Les jeunes sénégalais réclament plus de transparence, qu’aimerais-tu entendre ou voir comme changements de la part du gouvernement et de ses dirigeants ?

Qu’ils respectent leur peuple tout simplement et œuvre de manière sincère à ce pourquoi nous les avons mandatés à ces postes-là.

Désireux de favoriser les entreprises locales et nationales, les manifestants visent aussi la France pour symboliser leur volonté d’autonomie. Quelles seraient selon toi, les solutions pour que l’Afrique ne se laisse plus faire ?

Il y a une certaine hypocrisie de l’Occident qui se veut donneur de leçon d’humanité à tous et qui oublie que c’est précisément leur attitude purement oppressive, qui est à l’origine de bien des choses partout dans le monde, surtout en Afrique. La France de part sa politique coloniale en Afrique est l’un des exemples les plus marquants de cette hypocrisie qui, par-dessus tout, se veut « Pays des droits de l’homme ». Foutaise !

Un peuple témoin de tout ce que de telles nations ont pu infliger aux leurs, prendra nécessairement comme cible, ces symboles de dictatures économiques.

Je pense qu’à notre niveau il faudra d’abord cultiver un profond sens du patriotisme, du nationalisme économique et prévaloir nos productions locales sur n’importe quelles autres industries extérieures.

Force est de reconnaître que le Sénégal a en quelque sorte opté pour un modèle politique de capitalisme libéral, alors il faudra faire en sorte que cela ne perturbe en rien notre équilibre social car il est certes bien de s’ouvrir au monde mais il faudra valoriser d’abord ce que nous nous avons et donner l’opportunité à nos producteurs, locaux de concurrencer à plus grande échelle. Et cela passe bien évidemment aussi par le soutien de l’État qui jusque-là qui, ne donnait des opportunités que par le biais d’accords inhumains, à des vampires économiques. Rééquilibrer la balance en valorisant un PATRIOTISME ECONOMIQUE.
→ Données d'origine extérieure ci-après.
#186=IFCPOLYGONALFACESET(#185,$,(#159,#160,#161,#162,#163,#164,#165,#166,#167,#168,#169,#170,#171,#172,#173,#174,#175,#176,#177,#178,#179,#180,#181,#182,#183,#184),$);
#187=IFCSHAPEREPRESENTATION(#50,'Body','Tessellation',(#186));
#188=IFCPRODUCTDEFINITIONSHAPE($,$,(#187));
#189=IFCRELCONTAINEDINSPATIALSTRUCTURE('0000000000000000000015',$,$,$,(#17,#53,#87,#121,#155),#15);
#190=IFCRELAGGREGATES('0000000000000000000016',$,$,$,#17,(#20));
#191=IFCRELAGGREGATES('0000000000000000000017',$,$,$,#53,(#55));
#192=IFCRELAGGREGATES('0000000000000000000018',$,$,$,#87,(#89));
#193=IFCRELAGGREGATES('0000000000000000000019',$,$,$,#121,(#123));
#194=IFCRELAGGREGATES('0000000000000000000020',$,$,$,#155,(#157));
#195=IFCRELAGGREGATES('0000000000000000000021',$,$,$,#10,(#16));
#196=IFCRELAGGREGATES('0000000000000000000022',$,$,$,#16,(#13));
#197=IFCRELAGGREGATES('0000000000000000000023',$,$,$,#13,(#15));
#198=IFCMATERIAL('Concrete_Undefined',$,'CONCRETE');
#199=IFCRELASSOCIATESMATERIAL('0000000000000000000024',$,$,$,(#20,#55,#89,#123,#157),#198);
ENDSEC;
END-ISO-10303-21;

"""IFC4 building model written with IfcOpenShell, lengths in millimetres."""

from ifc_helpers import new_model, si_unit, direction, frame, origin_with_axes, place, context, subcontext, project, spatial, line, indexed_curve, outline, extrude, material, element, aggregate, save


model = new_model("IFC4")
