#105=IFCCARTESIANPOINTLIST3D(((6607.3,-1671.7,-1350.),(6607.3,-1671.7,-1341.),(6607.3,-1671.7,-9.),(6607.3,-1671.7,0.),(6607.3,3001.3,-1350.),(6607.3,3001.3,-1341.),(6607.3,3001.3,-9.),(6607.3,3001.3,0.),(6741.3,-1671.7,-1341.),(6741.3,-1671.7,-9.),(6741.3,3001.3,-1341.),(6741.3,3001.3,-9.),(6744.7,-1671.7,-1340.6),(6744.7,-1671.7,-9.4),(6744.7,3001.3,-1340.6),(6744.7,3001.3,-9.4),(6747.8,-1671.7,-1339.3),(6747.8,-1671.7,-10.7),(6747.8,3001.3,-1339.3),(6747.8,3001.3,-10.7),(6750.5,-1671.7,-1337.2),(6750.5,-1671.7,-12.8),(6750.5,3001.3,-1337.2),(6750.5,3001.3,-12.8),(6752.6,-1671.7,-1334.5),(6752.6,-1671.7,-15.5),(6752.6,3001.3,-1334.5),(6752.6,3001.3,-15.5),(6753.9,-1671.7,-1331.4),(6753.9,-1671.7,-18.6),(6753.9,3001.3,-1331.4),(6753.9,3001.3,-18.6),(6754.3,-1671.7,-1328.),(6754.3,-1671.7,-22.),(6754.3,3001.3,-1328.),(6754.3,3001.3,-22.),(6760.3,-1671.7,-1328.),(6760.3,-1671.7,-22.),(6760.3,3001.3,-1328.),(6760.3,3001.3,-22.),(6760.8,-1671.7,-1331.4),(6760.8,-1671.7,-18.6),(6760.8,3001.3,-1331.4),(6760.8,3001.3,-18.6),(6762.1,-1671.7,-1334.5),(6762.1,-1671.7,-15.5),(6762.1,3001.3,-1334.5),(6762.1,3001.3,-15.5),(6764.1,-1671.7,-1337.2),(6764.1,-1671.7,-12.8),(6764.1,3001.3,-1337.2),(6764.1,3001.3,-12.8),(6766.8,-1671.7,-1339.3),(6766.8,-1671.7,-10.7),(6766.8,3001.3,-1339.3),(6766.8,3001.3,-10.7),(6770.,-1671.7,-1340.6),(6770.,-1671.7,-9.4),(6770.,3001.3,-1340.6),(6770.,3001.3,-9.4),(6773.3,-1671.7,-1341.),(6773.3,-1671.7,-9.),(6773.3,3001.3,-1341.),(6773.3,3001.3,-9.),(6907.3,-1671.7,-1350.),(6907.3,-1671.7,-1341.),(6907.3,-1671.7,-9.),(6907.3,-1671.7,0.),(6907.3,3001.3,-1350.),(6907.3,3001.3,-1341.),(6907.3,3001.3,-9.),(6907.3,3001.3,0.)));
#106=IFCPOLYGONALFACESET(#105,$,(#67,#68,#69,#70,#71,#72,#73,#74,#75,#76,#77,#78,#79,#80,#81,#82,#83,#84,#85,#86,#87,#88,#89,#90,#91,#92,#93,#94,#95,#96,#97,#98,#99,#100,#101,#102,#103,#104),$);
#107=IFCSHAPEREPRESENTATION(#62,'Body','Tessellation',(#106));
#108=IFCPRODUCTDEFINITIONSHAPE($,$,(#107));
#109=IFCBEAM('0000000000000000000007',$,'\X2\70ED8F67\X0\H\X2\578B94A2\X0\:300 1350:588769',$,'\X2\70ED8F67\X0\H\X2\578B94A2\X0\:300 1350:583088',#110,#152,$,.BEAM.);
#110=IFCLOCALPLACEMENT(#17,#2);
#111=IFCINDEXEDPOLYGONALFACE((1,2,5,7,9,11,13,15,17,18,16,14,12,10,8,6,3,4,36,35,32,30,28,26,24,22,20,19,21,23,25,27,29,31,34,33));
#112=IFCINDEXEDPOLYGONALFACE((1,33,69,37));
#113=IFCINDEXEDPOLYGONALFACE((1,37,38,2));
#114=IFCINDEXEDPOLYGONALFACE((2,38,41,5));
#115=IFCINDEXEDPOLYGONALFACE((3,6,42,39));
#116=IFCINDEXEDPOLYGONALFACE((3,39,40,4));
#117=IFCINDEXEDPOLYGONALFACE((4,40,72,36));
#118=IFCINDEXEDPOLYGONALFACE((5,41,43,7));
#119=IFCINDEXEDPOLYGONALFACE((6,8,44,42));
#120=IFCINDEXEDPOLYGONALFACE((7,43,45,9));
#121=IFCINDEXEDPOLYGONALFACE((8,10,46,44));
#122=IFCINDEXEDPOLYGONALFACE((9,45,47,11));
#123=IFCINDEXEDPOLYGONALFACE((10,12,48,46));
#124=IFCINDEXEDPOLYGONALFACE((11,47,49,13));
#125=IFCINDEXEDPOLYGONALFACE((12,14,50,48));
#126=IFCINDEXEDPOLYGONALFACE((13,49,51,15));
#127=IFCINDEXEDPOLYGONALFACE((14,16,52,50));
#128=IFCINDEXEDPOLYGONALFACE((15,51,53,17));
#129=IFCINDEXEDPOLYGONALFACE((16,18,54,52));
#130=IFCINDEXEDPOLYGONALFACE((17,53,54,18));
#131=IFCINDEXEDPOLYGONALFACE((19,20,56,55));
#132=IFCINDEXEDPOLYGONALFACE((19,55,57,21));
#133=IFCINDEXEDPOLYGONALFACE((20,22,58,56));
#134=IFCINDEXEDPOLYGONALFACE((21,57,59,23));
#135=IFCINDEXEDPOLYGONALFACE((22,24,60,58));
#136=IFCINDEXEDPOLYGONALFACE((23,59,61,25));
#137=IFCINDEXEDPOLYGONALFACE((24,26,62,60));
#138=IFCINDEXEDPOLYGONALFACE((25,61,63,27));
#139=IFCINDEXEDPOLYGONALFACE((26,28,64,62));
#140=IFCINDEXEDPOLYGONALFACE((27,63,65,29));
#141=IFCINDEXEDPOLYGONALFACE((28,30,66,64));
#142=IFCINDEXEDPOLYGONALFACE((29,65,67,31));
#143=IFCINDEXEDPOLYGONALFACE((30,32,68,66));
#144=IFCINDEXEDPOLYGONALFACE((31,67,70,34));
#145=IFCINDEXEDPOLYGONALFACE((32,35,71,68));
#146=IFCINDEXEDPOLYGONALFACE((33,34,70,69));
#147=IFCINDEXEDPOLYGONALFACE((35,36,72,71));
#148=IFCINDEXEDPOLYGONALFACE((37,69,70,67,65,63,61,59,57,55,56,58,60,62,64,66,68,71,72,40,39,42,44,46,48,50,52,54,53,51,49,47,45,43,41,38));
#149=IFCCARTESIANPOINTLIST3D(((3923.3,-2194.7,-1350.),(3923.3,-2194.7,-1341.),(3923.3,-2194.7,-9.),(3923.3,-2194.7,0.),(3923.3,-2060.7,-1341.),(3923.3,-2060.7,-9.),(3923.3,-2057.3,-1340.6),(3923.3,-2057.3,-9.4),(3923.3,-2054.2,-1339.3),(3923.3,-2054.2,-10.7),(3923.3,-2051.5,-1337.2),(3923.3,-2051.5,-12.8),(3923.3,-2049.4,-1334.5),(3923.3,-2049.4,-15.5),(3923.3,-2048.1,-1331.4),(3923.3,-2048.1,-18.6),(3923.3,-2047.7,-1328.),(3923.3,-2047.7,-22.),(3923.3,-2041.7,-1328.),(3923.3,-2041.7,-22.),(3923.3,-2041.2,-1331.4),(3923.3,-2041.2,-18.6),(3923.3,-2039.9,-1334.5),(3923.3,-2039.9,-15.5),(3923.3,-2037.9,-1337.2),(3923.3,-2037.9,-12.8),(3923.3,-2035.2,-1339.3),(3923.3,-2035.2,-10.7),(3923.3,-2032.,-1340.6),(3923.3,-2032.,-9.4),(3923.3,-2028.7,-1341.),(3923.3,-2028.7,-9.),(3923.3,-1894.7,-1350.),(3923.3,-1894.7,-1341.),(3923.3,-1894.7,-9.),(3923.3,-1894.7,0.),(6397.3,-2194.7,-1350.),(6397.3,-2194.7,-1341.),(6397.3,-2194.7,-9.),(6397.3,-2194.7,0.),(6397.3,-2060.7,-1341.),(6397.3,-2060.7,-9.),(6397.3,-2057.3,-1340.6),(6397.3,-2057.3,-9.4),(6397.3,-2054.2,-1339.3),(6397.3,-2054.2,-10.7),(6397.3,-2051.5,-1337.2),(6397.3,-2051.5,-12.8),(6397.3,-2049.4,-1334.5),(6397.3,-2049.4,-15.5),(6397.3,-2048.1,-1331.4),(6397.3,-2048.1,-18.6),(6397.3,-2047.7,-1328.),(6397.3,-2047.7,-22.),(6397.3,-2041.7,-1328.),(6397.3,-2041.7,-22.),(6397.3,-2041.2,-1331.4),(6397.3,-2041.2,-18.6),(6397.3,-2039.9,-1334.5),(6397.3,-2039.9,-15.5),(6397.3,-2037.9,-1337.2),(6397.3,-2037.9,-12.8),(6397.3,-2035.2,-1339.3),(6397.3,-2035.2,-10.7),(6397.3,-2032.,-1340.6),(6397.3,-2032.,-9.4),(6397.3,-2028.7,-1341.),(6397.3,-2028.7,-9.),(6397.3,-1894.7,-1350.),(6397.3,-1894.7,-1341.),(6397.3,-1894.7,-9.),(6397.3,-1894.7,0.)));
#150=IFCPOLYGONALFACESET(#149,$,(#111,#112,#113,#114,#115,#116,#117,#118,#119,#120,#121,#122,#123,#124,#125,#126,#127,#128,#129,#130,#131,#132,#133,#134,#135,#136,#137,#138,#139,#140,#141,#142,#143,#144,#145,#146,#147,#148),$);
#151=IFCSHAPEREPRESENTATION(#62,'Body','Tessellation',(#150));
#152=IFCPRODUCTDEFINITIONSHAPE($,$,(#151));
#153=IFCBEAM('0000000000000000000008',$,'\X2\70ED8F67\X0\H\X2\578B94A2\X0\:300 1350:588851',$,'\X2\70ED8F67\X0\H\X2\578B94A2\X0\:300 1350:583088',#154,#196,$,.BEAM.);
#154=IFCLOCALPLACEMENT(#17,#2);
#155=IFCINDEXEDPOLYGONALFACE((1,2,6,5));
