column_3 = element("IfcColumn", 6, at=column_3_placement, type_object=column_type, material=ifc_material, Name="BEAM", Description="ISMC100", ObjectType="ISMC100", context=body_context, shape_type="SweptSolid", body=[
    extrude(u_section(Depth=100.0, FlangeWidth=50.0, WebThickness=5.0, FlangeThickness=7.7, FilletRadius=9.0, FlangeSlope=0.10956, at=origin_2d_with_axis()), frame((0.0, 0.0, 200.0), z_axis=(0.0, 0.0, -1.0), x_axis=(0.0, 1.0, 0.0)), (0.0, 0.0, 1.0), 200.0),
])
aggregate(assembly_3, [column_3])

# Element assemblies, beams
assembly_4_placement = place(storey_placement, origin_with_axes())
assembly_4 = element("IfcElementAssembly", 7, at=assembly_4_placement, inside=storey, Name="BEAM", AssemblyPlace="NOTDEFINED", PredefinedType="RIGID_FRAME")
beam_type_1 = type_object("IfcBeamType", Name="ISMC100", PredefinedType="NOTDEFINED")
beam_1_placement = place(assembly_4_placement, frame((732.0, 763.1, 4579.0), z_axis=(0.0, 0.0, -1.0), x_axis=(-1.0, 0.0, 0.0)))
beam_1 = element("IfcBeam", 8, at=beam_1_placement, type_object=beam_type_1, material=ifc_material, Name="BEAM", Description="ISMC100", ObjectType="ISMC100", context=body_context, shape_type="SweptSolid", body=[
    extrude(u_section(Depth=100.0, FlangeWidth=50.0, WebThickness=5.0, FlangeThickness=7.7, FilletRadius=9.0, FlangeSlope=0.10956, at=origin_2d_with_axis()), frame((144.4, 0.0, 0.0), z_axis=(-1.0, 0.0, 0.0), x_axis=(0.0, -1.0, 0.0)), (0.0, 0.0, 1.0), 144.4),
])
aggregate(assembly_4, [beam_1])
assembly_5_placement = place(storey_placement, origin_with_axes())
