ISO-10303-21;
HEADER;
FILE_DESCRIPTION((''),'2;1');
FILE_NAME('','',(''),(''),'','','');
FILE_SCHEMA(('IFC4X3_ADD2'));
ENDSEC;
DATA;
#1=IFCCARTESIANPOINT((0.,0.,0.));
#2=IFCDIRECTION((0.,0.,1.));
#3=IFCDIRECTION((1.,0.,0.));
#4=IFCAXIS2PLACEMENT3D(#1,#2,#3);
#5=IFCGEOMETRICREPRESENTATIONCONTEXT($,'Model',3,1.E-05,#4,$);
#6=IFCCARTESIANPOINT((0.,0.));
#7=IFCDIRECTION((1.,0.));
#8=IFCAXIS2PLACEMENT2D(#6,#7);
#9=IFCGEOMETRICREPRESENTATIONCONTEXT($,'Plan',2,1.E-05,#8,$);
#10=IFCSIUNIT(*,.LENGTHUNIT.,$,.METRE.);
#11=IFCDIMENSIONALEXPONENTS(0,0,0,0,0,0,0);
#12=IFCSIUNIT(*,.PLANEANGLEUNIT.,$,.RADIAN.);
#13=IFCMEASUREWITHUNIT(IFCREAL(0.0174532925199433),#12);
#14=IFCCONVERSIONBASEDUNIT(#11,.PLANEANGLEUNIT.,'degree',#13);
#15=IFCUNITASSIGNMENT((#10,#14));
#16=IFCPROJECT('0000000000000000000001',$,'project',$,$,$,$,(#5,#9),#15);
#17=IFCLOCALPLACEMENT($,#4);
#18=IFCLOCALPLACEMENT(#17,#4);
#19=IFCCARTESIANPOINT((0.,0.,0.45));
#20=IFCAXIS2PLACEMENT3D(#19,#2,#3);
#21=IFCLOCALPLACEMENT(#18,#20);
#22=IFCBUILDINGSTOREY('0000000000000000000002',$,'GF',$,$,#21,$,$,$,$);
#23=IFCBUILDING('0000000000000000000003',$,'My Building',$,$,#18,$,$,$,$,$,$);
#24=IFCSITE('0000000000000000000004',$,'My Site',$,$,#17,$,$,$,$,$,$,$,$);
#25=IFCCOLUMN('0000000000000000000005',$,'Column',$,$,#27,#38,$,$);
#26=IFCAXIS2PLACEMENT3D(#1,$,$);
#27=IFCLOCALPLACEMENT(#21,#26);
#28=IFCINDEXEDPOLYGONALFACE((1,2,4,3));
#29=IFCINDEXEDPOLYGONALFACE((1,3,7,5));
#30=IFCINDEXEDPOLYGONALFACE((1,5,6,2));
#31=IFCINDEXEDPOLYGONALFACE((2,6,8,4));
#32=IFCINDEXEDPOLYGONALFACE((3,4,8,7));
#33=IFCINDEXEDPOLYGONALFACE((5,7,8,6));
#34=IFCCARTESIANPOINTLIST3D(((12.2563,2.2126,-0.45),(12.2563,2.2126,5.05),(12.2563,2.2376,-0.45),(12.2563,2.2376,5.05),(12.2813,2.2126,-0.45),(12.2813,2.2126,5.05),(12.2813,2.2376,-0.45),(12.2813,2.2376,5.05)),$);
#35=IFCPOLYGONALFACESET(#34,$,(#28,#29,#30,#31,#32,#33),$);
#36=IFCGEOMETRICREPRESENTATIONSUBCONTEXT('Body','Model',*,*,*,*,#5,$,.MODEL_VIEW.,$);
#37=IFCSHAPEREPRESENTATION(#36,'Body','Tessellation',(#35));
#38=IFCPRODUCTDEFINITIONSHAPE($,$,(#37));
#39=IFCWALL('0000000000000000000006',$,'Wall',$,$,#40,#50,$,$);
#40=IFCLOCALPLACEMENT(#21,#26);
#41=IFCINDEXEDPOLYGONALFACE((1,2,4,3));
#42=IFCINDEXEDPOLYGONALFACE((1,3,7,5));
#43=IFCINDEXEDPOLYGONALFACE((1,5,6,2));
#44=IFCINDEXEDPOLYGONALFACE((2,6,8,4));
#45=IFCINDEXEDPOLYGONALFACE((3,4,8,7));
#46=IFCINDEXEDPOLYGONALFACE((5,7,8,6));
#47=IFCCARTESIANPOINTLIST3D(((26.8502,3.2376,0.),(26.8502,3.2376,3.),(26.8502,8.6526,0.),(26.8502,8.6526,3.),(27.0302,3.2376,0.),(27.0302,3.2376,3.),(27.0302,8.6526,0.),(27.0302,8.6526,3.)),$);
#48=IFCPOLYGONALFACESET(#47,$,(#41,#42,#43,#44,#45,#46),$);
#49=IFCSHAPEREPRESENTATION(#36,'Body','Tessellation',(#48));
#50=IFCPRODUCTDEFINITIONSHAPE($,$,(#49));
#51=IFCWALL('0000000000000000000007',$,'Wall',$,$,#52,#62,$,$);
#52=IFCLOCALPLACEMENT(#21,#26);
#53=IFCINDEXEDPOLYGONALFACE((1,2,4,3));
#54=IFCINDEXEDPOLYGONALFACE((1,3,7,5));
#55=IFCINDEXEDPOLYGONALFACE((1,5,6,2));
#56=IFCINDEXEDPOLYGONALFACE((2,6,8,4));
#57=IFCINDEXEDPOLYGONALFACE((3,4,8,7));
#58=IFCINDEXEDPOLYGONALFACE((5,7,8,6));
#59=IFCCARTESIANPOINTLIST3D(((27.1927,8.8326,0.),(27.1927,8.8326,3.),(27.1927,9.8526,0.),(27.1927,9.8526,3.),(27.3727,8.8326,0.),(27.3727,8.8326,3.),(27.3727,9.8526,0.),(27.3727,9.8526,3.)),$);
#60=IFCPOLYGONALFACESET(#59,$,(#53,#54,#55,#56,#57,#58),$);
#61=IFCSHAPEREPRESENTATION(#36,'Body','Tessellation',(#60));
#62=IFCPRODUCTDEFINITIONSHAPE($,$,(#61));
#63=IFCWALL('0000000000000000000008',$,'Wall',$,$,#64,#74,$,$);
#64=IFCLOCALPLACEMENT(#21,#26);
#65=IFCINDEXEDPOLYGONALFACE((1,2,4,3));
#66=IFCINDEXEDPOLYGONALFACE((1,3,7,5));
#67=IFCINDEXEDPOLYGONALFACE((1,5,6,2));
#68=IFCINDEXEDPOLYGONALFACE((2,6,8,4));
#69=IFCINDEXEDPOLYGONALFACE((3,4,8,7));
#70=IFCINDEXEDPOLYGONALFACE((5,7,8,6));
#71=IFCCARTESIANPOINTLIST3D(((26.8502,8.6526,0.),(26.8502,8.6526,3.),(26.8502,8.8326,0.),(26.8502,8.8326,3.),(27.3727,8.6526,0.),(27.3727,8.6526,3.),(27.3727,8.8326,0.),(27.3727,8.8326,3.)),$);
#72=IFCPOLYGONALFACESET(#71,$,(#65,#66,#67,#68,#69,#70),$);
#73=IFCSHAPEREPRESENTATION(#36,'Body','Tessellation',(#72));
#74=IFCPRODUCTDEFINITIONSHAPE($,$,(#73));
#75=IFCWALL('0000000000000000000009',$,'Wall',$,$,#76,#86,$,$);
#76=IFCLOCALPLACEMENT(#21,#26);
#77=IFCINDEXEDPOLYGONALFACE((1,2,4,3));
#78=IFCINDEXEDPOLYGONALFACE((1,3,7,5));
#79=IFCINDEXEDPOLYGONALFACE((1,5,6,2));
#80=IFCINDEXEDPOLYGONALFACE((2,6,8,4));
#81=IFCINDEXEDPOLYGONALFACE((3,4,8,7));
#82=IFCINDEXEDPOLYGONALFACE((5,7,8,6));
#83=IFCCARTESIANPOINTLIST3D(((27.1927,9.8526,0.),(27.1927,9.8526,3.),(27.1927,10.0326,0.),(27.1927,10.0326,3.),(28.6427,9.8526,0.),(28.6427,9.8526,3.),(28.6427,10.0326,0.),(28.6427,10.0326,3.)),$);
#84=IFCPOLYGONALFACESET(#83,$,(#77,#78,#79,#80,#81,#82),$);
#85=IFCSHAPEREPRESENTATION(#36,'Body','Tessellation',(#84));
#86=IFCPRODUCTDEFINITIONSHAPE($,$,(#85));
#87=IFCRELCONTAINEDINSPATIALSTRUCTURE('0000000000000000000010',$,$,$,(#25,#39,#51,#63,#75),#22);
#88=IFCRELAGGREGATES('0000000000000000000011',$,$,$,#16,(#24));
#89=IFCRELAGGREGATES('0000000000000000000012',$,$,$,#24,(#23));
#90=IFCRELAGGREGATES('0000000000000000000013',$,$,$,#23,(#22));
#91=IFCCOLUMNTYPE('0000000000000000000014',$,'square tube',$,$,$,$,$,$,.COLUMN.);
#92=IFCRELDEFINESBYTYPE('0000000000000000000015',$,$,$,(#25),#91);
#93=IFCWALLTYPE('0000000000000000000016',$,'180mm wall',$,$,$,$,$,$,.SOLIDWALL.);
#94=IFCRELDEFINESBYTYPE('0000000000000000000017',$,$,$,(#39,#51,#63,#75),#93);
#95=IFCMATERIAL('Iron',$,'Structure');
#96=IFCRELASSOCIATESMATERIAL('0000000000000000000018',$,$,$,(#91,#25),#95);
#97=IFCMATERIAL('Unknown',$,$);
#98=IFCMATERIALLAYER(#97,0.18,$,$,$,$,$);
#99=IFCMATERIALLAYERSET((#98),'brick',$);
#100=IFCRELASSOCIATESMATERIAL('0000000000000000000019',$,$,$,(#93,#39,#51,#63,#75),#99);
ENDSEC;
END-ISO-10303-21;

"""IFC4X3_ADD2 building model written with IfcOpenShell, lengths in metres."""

from ifc_helpers import new_model, entity, si_unit, converted_unit, frame, origin_with_axes, origin_2d_with_axis, place, context, subcontext, project, spatial, indexed_curve, outline, extrude, material, layer, layer_set, layer_usage, material_profile, profile_set, profile_usage, type_object, element, save


model = new_model("IFC4X3_ADD2")

# Units and contexts
model_context = context("Model", 3, precision=1e-05, world=origin_with_axes())
plan_context = context("Plan", 2, precision=1e-05, world=origin_2d_with_axis())
body_context = subcontext(model_context, "Body", "Model", "MODEL_VIEW")
ifc_project = project(units=[si_unit("LENGTHUNIT", "METRE"), converted_unit("PLANEANGLEUNIT", "degree", entity("IfcReal", 0.0174532925199433), si_unit("PLANEANGLEUNIT", "RADIAN"), dimensions=[0, 0, 0, 0, 0, 0, 0])], contexts=[model_context, plan_context])

# Site, building, storey
site_placement = place(None, origin_with_axes())
site = spatial("IfcSite", under=ifc_project, at=site_placement, Name="My Site")
building_placement = place(site_placement, origin_with_axes())
building = spatial("IfcBuilding", under=site, at=building_placement, Name="My Building")
storey_placement = place(building_placement, frame((0.0, 0.0, 0.45), z_axis=(0.0, 0.0, 1.0), x_axis=(1.0, 0.0, 0.0)))
storey = spatial("IfcBuildingStorey", under=building, at=storey_placement, Name="GF")

# Column
ifc_material_1 = material(Name="Iron", Category="Structure")
ifc_material_profile = material_profile(ifc_material_1, outline(indexed_curve([(-0.0125, -0.0125), (0.0125, -0.0125), (0.0125, 0.0125), (-0.0125, 0.0125), (-0.0125, -0.0125)])))
ifc_profile_set = profile_set([ifc_material_profile])
column_type = type_object("IfcColumnType", Name="square tube", PredefinedType="COLUMN", material=ifc_profile_set)
ifc_profile_usage_1 = profile_usage(ifc_profile_set, cardinal=5)
column_1_placement = place(storey_placement, frame((12.2688, 2.2251, -0.45), z_axis=(0.0, 0.0, 1.0), x_axis=(1.0, 0.0, 0.0)))
element("IfcColumn", 1, at=column_1_placement, inside=storey, type_object=column_type, material=ifc_profile_usage_1, Name="Column", context=body_context, shape_type="SweptSolid", body=[
    extrude(outline(indexed_curve([(-0.0125, -0.0125), (0.0125, -0.0125), (0.0125, 0.0125), (-0.0125, 0.0125), (-0.0125, -0.0125)])), origin_with_axes(), (0.0, 0.0, 1.0), 5.5),
])

# Walls
ifc_material_2 = material(Name="Unknown")
ifc_layer = layer(ifc_material_2, 0.18)
ifc_layer_set = layer_set([ifc_layer], Name="brick")
ifc_layer_usage_1 = layer_usage(ifc_layer_set, "AXIS2", "POSITIVE", 0.0)
wall_type = type_object("IfcWallType", Name="180mm wall", PredefinedType="SOLIDWALL", material=ifc_layer_set)
wall_1_placement = place(storey_placement, frame((27.0302, 3.2376, 0.0), z_axis=(0.0, 0.0, 1.0), x_axis=(0.0, 1.0, 0.0)))
element("IfcWall", 2, at=wall_1_placement, inside=storey, type_object=wall_type, material=ifc_layer_usage_1, Name="Wall", context=body_context, shape_type="SweptSolid", body=[
    extrude(outline(indexed_curve([(0.0, 0.0), (0.0, 0.18), (5.415, 0.18), (5.415, 0.0), (0.0, 0.0)], self_intersect=False)), origin_with_axes(), (0.0, 0.0, 1.0), 3.0),
])
ifc_layer_usage_2 = layer_usage(ifc_layer_set, "AXIS2", "POSITIVE", 0.0)
wall_2_placement = place(storey_placement, frame((27.3727, 8.8326, 0.0), z_axis=(0.0, 0.0, 1.0), x_axis=(0.0, 1.0, 0.0)))
element("IfcWall", 3, at=wall_2_placement, inside=storey, type_object=wall_type, material=ifc_layer_usage_2, Name="Wall", context=body_context, shape_type="SweptSolid", body=[
    extrude(outline(indexed_curve([(0.0, 0.0), (0.0, 0.18), (1.02, 0.18), (1.02, 0.0), (0.0, 0.0)], self_intersect=False)), origin_with_axes(), (0.0, 0.0, 1.0), 3.0),
])
ifc_layer_usage_3 = layer_usage(ifc_layer_set, "AXIS2", "POSITIVE", 0.0)
wall_3_placement = place(storey_placement, frame((27.3727, 8.8326, 0.0), z_axis=(0.0, 0.0, 1.0), x_axis=(-1.0, 0.0, 0.0)))
element("IfcWall", 4, at=wall_3_placement, inside=storey, type_object=wall_type, material=ifc_layer_usage_3, Name="Wall", context=body_context, shape_type="SweptSolid", body=[
    extrude(outline(indexed_curve([(0.0, 0.0), (0.0, 0.18), (0.5225, 0.18), (0.5225, 0.0), (0.0, 0.0)], self_intersect=False)), origin_with_axes(), (0.0, 0.0, 1.0), 3.0),
])
ifc_layer_usage_4 = layer_usage(ifc_layer_set, "AXIS2", "POSITIVE", 0.0)
wall_4_placement = place(storey_placement, frame((28.6427, 10.0326, 0.0), z_axis=(0.0, 0.0, 1.0), x_axis=(-1.0, 0.0, 0.0)))
element("IfcWall", 5, at=wall_4_placement, inside=storey, type_object=wall_type, material=ifc_layer_usage_4, Name="Wall", context=body_context, shape_type="SweptSolid", body=[
    extrude(outline(indexed_curve([(0.0, 0.0), (0.0, 0.18), (1.45, 0.18), (1.45, 0.0), (0.0, 0.0)], self_intersect=False)), origin_with_axes(), (0.0, 0.0, 1.0), 3.0),
])

save(model, "model.ifc")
Penses-tu que les artistes ont un devoir de s’exprimer face aux injustices sociales et aux abus autoritaires du gouvernement ?

Les artistes ne sont autres que des humains, des êtres donc directement alertés par la réalité de leur époque et de leur pays. Quand vous êtes en mesure de retenir l’attention de beaucoup de gens et même d’influencer directement ou indirectement leurs mœurs, prises de décision etc. vous avez l’OBLIGATION de combattre tout ce qui doit l’être au nom d’une justice véritable.


A ce sujet, tu as réalisé une superbe fresque avec ton crew les RBS, rendant hommage aux disparus. Cette fresque s’est vue censurée dans les heures qui ont suivi. Les services en charge des travaux sur l’auto-pont l’ont recouverte avec de la peinture noire et blanche afin de mettre un voile sur ces dénonciations qui les dérangeaient…
Comment avez-vous vécu ce moment ?
Quel était le but de cette peinture ? Et quels sentiments grandissent en toi face à cette censure ?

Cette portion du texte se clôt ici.